RECORDS FOR PROCESSING:
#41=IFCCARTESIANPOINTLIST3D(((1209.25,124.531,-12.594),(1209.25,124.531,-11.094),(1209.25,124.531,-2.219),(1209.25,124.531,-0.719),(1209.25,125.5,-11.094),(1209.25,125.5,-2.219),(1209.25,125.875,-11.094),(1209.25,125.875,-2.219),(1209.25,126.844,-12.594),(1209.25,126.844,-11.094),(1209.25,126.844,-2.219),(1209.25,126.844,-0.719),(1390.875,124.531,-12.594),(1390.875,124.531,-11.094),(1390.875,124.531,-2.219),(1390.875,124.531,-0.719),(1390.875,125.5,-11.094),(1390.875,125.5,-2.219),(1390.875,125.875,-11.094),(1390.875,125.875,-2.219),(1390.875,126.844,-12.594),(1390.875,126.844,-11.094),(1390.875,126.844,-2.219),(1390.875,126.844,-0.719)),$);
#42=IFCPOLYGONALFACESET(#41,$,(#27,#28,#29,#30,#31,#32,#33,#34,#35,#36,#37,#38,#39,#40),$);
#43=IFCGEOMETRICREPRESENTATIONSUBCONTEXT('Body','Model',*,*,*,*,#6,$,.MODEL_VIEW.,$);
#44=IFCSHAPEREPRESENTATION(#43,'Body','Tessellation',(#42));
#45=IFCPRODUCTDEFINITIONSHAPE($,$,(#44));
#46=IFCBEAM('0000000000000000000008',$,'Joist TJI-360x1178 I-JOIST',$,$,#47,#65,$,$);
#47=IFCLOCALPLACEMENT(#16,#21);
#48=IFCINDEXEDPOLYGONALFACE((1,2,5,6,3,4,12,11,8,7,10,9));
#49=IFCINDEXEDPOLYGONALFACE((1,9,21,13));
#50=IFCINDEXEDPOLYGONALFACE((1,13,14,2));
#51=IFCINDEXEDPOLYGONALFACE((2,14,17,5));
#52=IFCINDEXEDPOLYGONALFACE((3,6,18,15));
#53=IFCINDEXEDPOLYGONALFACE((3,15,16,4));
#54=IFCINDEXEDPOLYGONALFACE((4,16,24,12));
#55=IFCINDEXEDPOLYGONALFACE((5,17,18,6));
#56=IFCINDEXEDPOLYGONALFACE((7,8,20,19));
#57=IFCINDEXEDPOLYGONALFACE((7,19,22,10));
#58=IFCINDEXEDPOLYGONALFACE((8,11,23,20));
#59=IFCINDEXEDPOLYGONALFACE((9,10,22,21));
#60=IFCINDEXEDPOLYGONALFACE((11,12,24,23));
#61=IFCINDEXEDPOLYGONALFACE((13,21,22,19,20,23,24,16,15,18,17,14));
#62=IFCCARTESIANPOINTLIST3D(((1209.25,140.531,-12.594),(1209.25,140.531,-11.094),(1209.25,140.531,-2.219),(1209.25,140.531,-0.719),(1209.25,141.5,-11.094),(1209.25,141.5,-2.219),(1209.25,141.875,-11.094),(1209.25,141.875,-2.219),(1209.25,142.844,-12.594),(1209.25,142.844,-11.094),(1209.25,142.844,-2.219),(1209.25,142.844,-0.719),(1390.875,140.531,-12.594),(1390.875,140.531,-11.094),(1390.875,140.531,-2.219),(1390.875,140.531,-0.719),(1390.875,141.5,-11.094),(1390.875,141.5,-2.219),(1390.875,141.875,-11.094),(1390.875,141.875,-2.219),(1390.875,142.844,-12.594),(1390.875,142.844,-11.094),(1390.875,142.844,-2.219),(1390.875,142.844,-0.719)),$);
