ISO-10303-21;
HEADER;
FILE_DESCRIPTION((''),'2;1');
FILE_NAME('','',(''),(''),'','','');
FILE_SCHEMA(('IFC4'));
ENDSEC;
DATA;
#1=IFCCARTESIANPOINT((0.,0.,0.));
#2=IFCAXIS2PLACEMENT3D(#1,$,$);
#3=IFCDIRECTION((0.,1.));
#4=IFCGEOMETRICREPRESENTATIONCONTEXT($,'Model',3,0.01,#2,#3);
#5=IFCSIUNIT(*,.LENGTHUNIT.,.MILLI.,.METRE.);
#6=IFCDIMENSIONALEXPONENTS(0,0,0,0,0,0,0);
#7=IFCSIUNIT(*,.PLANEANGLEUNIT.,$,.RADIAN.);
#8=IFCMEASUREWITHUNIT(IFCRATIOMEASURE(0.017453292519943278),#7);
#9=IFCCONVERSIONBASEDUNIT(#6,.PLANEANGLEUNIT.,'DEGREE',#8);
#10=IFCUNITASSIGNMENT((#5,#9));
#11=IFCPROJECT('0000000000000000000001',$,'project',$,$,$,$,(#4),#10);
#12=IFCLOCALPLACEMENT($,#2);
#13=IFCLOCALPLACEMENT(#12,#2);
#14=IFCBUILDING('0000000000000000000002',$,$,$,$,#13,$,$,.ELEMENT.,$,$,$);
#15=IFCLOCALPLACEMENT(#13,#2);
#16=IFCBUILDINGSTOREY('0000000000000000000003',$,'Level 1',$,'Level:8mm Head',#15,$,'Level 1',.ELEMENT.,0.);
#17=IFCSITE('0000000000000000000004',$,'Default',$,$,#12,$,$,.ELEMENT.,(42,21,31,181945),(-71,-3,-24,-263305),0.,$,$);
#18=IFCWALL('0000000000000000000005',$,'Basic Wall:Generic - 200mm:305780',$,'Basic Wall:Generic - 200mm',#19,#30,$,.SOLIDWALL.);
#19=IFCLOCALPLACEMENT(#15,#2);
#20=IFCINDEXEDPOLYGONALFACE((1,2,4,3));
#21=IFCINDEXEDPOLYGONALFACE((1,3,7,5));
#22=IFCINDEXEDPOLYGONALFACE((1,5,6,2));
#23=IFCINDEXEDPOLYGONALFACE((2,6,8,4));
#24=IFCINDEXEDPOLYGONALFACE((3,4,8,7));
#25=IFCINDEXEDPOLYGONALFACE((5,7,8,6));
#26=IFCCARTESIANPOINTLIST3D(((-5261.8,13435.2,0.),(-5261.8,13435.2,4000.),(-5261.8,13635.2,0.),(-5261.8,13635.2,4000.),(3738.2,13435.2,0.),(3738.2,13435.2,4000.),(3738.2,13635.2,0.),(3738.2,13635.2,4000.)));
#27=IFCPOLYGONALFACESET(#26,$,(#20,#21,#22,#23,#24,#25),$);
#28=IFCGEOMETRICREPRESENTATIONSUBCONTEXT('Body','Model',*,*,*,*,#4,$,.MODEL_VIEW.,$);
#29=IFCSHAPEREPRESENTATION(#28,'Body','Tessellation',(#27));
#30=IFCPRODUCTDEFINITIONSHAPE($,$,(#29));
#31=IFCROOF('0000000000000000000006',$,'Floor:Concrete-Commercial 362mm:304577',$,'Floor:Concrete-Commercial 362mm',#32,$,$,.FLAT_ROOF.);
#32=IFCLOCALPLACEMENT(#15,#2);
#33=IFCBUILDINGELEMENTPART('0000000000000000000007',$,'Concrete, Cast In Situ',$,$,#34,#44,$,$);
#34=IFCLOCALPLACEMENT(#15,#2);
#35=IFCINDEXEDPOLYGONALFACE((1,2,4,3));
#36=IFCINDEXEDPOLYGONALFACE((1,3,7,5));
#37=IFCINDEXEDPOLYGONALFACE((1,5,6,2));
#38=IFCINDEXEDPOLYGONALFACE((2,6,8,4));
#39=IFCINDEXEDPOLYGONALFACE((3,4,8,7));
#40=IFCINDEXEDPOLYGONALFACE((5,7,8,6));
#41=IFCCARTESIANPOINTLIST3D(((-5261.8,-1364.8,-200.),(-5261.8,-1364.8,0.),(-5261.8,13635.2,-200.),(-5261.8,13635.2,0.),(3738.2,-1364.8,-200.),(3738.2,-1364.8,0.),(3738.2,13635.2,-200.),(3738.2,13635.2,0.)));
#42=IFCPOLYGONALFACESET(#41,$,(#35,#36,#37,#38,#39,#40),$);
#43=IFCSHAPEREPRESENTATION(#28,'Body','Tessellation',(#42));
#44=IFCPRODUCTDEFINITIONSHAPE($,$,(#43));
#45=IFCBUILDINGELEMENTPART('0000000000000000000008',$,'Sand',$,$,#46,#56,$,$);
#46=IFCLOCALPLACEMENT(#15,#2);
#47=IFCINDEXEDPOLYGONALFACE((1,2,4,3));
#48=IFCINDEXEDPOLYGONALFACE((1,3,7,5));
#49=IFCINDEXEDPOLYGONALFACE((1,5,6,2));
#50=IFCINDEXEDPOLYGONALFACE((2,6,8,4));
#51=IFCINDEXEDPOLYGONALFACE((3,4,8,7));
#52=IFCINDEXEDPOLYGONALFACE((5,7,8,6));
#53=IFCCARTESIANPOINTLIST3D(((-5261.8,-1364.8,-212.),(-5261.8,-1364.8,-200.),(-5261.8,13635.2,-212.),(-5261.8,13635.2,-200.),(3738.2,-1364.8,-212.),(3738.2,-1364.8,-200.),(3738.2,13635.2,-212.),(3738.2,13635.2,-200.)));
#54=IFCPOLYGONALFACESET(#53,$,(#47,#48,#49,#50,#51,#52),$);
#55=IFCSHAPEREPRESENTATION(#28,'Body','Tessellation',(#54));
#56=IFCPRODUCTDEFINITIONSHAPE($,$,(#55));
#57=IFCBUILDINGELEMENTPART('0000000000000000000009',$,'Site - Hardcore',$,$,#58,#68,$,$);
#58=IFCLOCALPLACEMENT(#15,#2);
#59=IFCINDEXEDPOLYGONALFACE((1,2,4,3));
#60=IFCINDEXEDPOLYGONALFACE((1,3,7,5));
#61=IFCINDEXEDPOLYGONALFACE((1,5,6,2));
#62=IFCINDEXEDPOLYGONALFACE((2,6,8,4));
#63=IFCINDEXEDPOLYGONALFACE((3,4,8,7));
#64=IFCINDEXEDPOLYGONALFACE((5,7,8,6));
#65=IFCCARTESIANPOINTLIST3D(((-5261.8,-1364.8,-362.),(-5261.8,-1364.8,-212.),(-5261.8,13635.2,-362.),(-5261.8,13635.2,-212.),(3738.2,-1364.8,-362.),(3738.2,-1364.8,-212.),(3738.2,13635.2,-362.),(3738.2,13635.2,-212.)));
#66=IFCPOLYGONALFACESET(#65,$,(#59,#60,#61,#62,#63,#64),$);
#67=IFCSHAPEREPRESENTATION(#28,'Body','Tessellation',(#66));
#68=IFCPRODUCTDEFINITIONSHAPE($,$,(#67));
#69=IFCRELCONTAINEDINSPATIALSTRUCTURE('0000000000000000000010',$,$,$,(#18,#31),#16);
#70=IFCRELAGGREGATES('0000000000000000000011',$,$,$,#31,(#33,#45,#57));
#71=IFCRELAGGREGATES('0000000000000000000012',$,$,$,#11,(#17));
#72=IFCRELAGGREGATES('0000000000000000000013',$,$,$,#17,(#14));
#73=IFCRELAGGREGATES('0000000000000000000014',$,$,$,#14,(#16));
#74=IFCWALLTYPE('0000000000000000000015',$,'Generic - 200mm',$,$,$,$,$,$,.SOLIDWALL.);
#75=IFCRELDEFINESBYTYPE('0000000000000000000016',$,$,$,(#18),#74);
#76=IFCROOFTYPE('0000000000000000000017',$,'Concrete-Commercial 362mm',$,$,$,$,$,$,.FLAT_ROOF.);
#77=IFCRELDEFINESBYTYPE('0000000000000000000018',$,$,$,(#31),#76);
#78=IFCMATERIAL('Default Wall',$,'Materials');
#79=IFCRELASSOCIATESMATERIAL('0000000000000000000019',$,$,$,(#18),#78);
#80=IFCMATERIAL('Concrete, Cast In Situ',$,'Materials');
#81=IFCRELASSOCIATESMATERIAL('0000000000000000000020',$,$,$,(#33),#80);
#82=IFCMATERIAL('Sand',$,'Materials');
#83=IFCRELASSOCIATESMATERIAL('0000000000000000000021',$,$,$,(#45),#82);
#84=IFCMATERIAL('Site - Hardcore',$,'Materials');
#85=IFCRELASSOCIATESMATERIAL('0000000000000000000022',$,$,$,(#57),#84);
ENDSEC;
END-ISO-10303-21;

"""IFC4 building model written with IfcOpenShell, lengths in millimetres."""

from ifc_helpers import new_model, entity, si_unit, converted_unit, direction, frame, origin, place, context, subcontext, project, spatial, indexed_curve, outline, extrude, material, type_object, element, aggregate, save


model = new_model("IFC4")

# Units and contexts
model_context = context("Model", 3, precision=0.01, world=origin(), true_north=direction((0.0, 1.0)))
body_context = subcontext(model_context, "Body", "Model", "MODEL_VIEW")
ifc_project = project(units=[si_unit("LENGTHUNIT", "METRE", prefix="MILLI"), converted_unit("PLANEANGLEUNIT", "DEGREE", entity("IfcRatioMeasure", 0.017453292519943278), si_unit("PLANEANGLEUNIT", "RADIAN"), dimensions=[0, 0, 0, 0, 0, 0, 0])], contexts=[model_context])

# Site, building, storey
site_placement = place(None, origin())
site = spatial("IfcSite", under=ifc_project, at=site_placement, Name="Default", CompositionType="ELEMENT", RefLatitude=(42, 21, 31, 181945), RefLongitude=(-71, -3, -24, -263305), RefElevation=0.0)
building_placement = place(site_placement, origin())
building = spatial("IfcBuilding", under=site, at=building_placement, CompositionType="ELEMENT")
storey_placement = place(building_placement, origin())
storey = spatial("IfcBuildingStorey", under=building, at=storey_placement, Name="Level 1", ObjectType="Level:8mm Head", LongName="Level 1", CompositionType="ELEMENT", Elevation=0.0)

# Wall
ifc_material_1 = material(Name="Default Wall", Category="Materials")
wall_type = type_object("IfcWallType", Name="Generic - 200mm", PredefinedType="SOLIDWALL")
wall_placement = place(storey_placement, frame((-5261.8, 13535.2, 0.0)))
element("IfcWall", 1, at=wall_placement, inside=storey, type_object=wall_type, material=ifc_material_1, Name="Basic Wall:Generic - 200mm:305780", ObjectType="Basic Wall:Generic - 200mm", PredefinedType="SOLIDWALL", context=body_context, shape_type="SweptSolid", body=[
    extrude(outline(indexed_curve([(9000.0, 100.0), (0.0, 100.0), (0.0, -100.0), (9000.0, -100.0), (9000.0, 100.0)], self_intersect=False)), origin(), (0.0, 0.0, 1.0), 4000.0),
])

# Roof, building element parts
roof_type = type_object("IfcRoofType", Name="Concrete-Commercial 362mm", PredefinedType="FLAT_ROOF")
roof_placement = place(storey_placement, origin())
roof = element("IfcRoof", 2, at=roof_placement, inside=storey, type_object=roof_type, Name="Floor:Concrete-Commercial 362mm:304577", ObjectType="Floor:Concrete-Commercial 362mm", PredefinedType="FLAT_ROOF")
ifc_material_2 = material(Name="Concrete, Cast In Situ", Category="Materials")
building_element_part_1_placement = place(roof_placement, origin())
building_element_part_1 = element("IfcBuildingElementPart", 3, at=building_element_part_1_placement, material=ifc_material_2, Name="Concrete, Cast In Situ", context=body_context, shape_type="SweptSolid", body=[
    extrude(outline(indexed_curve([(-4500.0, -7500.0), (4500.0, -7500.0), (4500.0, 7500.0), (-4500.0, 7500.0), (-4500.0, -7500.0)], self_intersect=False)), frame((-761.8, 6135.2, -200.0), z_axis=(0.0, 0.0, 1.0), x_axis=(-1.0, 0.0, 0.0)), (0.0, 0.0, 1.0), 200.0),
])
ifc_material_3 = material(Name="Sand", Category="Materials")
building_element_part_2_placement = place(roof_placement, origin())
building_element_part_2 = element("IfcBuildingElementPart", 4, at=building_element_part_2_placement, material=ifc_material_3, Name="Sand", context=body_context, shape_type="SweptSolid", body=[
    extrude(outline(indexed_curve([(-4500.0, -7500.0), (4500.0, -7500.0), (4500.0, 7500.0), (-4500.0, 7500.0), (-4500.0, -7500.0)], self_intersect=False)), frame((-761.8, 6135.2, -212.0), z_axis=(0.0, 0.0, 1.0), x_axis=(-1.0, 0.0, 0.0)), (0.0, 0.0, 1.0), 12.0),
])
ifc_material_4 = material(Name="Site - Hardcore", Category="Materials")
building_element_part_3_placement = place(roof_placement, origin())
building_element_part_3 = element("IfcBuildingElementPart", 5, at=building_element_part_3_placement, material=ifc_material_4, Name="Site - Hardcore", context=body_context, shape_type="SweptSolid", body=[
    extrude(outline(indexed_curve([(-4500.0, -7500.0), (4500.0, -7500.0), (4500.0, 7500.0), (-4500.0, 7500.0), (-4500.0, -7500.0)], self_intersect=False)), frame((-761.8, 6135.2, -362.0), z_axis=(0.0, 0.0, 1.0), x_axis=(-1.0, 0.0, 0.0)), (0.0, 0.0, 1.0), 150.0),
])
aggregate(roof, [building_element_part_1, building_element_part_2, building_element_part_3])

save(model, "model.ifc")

REQUIREMENT:
Without changing anything, quote the lines from the top of the data to the line that contains "#45=IFCPRODUCTDEFINITIONSHAPE($,$,(#44));", including that line.

WORKED SOLUTION:
#41=IFCCARTESIANPOINTLIST3D(((1209.25,124.531,-12.594),(1209.25,124.531,-11.094),(1209.25,124.531,-2.219),(1209.25,124.531,-0.719),(1209.25,125.5,-11.094),(1209.25,125.5,-2.219),(1209.25,125.875,-11.094),(1209.25,125.875,-2.219),(1209.25,126.844,-12.594),(1209.25,126.844,-11.094),(1209.25,126.844,-2.219),(1209.25,126.844,-0.719),(1390.875,124.531,-12.594),(1390.875,124.531,-11.094),(1390.875,124.531,-2.219),(1390.875,124.531,-0.719),(1390.875,125.5,-11.094),(1390.875,125.5,-2.219),(1390.875,125.875,-11.094),(1390.875,125.875,-2.219),(1390.875,126.844,-12.594),(1390.875,126.844,-11.094),(1390.875,126.844,-2.219),(1390.875,126.844,-0.719)),$);
#42=IFCPOLYGONALFACESET(#41,$,(#27,#28,#29,#30,#31,#32,#33,#34,#35,#36,#37,#38,#39,#40),$);
#43=IFCGEOMETRICREPRESENTATIONSUBCONTEXT('Body','Model',*,*,*,*,#6,$,.MODEL_VIEW.,$);
#44=IFCSHAPEREPRESENTATION(#43,'Body','Tessellation',(#42));
#45=IFCPRODUCTDEFINITIONSHAPE($,$,(#44));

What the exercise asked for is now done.